Me contestó: No tengo ganas de que vuelva pero está en mí. Es un hecho…, es diferente de la amistad. Cuando tengo un sueño de amor, el hombre siempre es él.
Martins titubeaba. Lo animé a hablar:
—¿Entonces?
—Me levanté y la dejé. Ahora le toca a usted manejarme. ¿Qué quiere que haga?

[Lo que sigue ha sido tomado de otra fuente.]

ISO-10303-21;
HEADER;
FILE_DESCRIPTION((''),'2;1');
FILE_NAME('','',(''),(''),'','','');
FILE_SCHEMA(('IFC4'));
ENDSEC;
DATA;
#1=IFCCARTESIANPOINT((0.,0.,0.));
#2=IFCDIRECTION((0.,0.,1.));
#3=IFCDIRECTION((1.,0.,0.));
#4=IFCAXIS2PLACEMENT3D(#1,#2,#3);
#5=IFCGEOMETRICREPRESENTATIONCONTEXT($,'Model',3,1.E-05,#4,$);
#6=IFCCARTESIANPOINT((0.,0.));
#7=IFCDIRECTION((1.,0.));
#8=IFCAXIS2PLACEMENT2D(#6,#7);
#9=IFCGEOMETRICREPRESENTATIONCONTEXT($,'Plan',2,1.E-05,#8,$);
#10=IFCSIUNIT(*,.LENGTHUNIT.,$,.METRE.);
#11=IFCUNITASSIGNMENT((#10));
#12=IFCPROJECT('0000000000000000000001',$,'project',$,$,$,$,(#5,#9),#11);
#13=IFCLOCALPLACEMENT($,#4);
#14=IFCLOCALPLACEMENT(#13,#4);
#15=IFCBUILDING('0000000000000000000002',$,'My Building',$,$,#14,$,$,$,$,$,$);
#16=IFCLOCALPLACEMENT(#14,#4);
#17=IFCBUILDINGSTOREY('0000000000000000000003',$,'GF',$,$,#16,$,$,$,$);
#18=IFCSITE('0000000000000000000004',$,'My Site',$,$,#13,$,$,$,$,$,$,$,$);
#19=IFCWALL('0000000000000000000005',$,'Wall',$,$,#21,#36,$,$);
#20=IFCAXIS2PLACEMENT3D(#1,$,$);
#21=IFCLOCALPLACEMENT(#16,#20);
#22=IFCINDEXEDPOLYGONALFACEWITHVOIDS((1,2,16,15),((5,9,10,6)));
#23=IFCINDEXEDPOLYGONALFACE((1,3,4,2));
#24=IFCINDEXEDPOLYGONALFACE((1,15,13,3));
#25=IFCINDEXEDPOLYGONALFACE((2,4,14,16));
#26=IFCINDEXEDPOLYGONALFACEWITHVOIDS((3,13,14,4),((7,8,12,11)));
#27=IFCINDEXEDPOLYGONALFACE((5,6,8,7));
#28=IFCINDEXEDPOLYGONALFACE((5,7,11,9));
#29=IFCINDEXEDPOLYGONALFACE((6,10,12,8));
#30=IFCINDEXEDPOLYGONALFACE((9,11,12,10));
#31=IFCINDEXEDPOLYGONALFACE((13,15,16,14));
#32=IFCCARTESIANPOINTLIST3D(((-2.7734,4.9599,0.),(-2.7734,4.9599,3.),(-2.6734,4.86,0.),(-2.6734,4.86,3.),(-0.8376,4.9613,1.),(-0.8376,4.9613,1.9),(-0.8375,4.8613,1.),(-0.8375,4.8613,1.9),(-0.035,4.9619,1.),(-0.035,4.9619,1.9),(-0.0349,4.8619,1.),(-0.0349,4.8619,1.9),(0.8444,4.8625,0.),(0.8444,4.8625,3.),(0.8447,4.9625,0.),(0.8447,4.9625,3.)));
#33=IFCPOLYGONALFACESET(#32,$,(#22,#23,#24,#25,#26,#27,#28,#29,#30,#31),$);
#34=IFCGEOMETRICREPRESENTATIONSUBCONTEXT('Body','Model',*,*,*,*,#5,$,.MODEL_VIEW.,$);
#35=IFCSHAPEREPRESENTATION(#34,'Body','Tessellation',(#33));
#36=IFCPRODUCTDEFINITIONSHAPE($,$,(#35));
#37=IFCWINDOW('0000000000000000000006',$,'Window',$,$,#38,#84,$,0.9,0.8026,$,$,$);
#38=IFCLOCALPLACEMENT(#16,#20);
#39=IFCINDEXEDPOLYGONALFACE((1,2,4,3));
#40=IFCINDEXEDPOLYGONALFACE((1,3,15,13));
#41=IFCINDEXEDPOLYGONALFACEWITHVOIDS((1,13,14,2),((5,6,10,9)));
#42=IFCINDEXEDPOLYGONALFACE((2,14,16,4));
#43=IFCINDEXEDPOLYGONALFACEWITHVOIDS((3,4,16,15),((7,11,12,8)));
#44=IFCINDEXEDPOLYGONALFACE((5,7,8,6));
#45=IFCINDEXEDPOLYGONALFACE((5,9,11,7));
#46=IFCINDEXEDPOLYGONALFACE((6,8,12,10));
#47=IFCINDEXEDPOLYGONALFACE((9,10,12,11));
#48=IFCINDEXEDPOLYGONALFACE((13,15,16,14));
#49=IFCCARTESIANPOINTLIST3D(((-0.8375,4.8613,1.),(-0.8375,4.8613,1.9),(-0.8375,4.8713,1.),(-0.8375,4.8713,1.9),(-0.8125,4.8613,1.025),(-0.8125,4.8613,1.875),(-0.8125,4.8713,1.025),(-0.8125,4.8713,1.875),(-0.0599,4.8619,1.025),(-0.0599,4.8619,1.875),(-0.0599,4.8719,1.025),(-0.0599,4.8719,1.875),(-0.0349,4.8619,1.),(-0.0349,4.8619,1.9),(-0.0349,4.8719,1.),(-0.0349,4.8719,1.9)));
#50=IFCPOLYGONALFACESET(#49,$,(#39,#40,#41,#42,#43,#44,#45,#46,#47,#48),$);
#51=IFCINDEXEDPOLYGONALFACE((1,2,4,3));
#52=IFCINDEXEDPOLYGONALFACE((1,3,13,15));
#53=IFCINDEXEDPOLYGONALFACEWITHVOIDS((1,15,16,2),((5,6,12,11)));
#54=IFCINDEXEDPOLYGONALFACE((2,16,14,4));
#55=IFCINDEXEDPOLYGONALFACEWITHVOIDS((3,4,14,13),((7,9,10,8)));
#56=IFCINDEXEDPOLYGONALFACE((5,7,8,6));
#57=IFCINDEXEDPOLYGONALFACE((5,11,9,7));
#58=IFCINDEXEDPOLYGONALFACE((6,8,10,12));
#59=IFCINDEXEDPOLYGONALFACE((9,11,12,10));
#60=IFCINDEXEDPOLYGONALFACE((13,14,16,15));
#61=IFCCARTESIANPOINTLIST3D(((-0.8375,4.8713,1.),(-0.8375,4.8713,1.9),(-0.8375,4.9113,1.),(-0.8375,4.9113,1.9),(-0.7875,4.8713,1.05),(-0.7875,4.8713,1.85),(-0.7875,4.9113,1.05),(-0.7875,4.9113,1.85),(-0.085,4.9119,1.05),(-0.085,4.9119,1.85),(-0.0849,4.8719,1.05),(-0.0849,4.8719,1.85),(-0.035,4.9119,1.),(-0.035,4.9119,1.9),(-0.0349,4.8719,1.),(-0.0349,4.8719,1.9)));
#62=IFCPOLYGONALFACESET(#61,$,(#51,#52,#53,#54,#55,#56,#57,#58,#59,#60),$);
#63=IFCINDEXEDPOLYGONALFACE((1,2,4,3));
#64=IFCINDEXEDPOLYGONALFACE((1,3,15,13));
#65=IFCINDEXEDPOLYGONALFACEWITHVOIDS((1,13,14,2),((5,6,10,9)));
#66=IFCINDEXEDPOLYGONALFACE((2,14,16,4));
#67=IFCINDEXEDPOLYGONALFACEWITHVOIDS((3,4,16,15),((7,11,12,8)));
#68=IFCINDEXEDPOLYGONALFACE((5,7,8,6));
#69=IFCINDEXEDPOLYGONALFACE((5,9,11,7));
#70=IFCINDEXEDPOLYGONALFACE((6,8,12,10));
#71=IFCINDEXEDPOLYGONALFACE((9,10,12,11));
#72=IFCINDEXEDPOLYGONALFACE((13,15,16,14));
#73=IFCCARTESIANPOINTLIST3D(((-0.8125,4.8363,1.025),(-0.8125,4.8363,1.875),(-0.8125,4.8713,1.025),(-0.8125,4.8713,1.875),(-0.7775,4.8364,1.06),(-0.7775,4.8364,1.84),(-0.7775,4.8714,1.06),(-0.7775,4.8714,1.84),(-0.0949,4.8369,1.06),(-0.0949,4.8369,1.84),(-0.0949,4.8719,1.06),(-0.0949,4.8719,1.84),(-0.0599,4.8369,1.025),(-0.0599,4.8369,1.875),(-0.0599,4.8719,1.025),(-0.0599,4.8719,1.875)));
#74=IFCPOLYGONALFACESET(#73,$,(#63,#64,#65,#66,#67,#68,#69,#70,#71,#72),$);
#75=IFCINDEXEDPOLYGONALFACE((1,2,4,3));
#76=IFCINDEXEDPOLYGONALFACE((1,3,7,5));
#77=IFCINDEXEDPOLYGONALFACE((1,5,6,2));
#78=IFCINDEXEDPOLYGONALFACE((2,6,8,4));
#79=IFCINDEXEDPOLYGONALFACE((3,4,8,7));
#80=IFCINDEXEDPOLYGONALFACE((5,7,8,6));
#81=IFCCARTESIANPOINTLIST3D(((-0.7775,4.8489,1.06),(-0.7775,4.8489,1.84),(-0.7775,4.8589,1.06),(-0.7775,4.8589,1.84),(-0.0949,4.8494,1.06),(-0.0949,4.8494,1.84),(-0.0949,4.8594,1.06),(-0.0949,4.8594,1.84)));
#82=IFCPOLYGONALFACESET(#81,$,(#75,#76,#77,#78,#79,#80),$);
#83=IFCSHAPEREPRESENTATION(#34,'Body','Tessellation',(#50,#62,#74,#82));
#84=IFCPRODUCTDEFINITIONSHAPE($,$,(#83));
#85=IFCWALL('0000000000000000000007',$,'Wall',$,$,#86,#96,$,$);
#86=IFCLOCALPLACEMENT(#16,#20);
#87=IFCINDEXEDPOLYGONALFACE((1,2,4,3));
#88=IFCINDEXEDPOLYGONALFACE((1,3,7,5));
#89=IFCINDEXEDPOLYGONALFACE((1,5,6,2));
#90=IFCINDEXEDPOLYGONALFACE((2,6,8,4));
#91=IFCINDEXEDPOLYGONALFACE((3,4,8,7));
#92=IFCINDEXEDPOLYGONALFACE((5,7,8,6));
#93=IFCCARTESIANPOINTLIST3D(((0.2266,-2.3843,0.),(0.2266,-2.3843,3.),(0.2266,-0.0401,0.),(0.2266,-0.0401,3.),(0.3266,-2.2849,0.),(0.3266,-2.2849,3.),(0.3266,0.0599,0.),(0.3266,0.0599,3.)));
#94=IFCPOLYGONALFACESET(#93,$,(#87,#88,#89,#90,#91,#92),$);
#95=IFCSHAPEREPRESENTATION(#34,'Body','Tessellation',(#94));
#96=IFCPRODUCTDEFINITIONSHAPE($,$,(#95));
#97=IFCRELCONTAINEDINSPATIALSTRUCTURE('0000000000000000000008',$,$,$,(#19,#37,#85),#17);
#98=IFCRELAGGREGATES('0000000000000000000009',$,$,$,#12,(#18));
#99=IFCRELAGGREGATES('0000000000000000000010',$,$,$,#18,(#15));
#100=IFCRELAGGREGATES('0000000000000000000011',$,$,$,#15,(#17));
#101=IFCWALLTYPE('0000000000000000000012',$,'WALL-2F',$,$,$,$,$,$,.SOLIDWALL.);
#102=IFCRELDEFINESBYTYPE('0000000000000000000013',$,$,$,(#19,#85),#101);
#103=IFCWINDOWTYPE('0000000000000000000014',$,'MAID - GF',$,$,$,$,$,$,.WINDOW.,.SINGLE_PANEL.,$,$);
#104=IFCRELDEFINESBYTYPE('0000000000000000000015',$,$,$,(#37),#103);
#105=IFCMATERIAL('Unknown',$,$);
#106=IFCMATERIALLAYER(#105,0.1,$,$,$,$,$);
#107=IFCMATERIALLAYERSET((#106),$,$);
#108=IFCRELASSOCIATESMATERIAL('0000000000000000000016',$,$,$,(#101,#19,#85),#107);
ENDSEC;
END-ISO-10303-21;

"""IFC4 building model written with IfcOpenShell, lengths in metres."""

from ifc_helpers import new_model, entity, si_unit, frame, origin_with_axes, origin_2d_with_axis, place, context, subcontext, project, spatial, line, indexed_curve, outline, extrude, shape, source, transform, mapped, material, layer, layer_set, layer_usage, type_object, type_shapes, element, fill, save


model = new_model("IFC4")

# Units and contexts
model_context = context("Model", 3, precision=1e-05, world=origin_with_axes())
plan_context = context("Plan", 2, precision=1e-05, world=origin_2d_with_axis())
body_context_1 = subcontext(model_context, "Body", "Model", "MODEL_VIEW")
body_context_2 = subcontext(plan_context, "Body", "Plan", "PLAN_VIEW")
ifc_project = project(units=[si_unit("LENGTHUNIT", "METRE")], contexts=[model_context, plan_context])

# Site, building, storey
site_placement = place(None, origin_with_axes())
site = spatial("IfcSite", under=ifc_project, at=site_placement, Name="My Site")
building_placement = place(site_placement, origin_with_axes())
building = spatial("IfcBuilding", under=site, at=building_placement, Name="My Building")
storey_placement = place(building_placement, origin_with_axes())
storey = spatial("IfcBuildingStorey", under=building, at=storey_placement, Name="GF")

# Shared definitions
ifc_material_1 = material(Name="Unknown")

# Shared definitions
ifc_layer_1 = layer(ifc_material_1, 0.1)
ifc_layer_set_1 = layer_set([ifc_layer_1])
wall_type_1 = type_object("IfcWallType", Name="WALL-2F", PredefinedType="SOLIDWALL", material=ifc_layer_set_1)

# Wall, opening, window
ifc_layer_usage_1 = layer_usage(ifc_layer_set_1, "AXIS2", "POSITIVE", 0.0)
wall_1_placement = place(storey_placement, frame((-2.7734, 4.8599, 0.0), z_axis=(0.0, 0.0, 1.0), x_axis=(1.0, 0.000731, 0.0)))
wall_1 = element("IfcWall", 1, at=wall_1_placement, inside=storey, type_object=wall_type_1, material=ifc_layer_usage_1, Name="Wall", context=body_context_1, shape_type="SweptSolid", body=[
    extrude(outline(indexed_curve([(0.1, 0.0), (0.0001, 0.1), (3.6181, 0.1), (3.6178, 0.0)], segments=[line(1, 2, 3, 4, 1)])), origin_with_axes(), (0.0, 0.0, 1.0), 3.0),
])
shared_shape_1 = source(origin_with_axes(), body_context_1, "Body", "SweptSolid", [
    extrude(outline(indexed_curve([(0.0, 0.0), (0.8026, 0.0), (0.8026, 0.9), (0.0, 0.9)], segments=[line(1, 2, 3, 4, 1)])), frame((0.0, -0.6, 0.0), z_axis=(0.0, -1.0, 0.0), x_axis=(1.0, 0.0, 0.0)), (0.0, 0.0, -1.0), 1.2),
])
opening_1_placement = place(wall_1_placement, frame((2.7385, 0.1, 1.0), z_axis=(0.0, 0.0, 1.0), x_axis=(-1.0, 0.0, 0.0)))
opening_1 = element("IfcOpeningElement", 2, at=opening_1_placement, cuts=wall_1, PredefinedType="OPENING", context=body_context_1, shape_type="MappedRepresentation", body=[
    mapped(shared_shape_1, transform((0.0, 0.0, 0.0), x_axis=(1.0, 0.0, 0.0), y_axis=(0.0, 1.0, 0.0), z_axis=(0.0, 0.0, 1.0), scale=1.0)),
])
window_type_1 = type_object("IfcWindowType", Name="MAID - GF", PartitioningType="SINGLE_PANEL", PredefinedType="WINDOW")
shared_shape_2 = source(origin_with_axes(), body_context_1, "Body", "SweptSolid", [
    extrude(outline(indexed_curve([(0.0, 0.0), (0.8026, 0.0), (0.8026, 0.9), (0.0, 0.9)], segments=[line(1, 2, 3, 4, 1)]), holes=[indexed_curve([(0.025, 0.025), (0.7776, 0.025), (0.7776, 0.875), (0.025, 0.875)], segments=[line(1, 2, 3, 4, 1)])]), frame((0.0, 0.09, 0.0), z_axis=(0.0, -1.0, 0.0), x_axis=(1.0, 0.0, 0.0)), (0.0, 0.0, -1.0), 0.01),
    extrude(outline(indexed_curve([(0.0, 0.0), (0.8026, 0.0), (0.8026, 0.9), (0.0, 0.9)], segments=[line(1, 2, 3, 4, 1)]), holes=[indexed_curve([(0.05, 0.05), (0.7526, 0.05), (0.7526, 0.85), (0.05, 0.85)], segments=[line(1, 2, 3, 4, 1)])]), frame((0.0, 0.05, 0.0), z_axis=(0.0, -1.0, 0.0), x_axis=(1.0, 0.0, 0.0)), (0.0, 0.0, -1.0), 0.04),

—Quiero actuar pronto. En verdad, era el cuerpo de Harbin el que estaba en el cajón, de manera que podemos detener a Winkler y a Cooler inmediatamente. Kurtz por el momento está fuera de mi alcance, lo mismo que el chófer. Mandaremos una solicitud oficial a los rusos para que nos permitan detener a Kurtz y a Lime: es por el orden de nuestros expedientes. Si decidimos emplearlo como anzuelo, su mensaje tiene que llegar inmediatamente a manos de Lime, y no cuando usted se haya arrastrado veinticuatro horas por esta zona. Yo veo la cosa así: lo han traído aquí para hacerlo hablar en cuanto vuelva al Inner Stadt; yo le informé que habían encontrado a Harbin; usted asoció los hechos y corrió a advertir a Cooler. Dejaremos escapar a Cooler para atrapar al pez gordo. No tenemos ninguna prueba de que haya participado en el negocio de la penicilina. Se escapará al segundo distrito para unirse a Kurtz. Así Lime sabrá que usted los ayudó. Tres horas después usted le avisa que la policía lo persigue, que tiene que esconderse y que necesita verlo.
—No vendrá.
—No estoy seguro. Elegiremos cuidadosamente nuestro escondite: en un lugar donde él piense que hay poco peligro. Vale la pena intentarlo. La idea de sacarlo del paso excitará su orgullo y su sentido del humor. Y así creerá comprar su silencio.
—En el colegio nunca me sacó del paso —dijo Martins.
Era evidente que había revisado cuidadosamente su pasado y que había sacado conclusiones.
—Usted nunca estaba metido en líos verdaderamente serios y él no tenía por qué temer un desenlace grave.
—Le grité que no tenía que confiar en mí —dijo—, pero no me oyó.
—¿Está de acuerdo?
Me había devuelto las fotografías de los niños; estaban colocadas sobre mi escritorio y vi que las miraba largamente.
—Sí —me dijo—, de acuerdo.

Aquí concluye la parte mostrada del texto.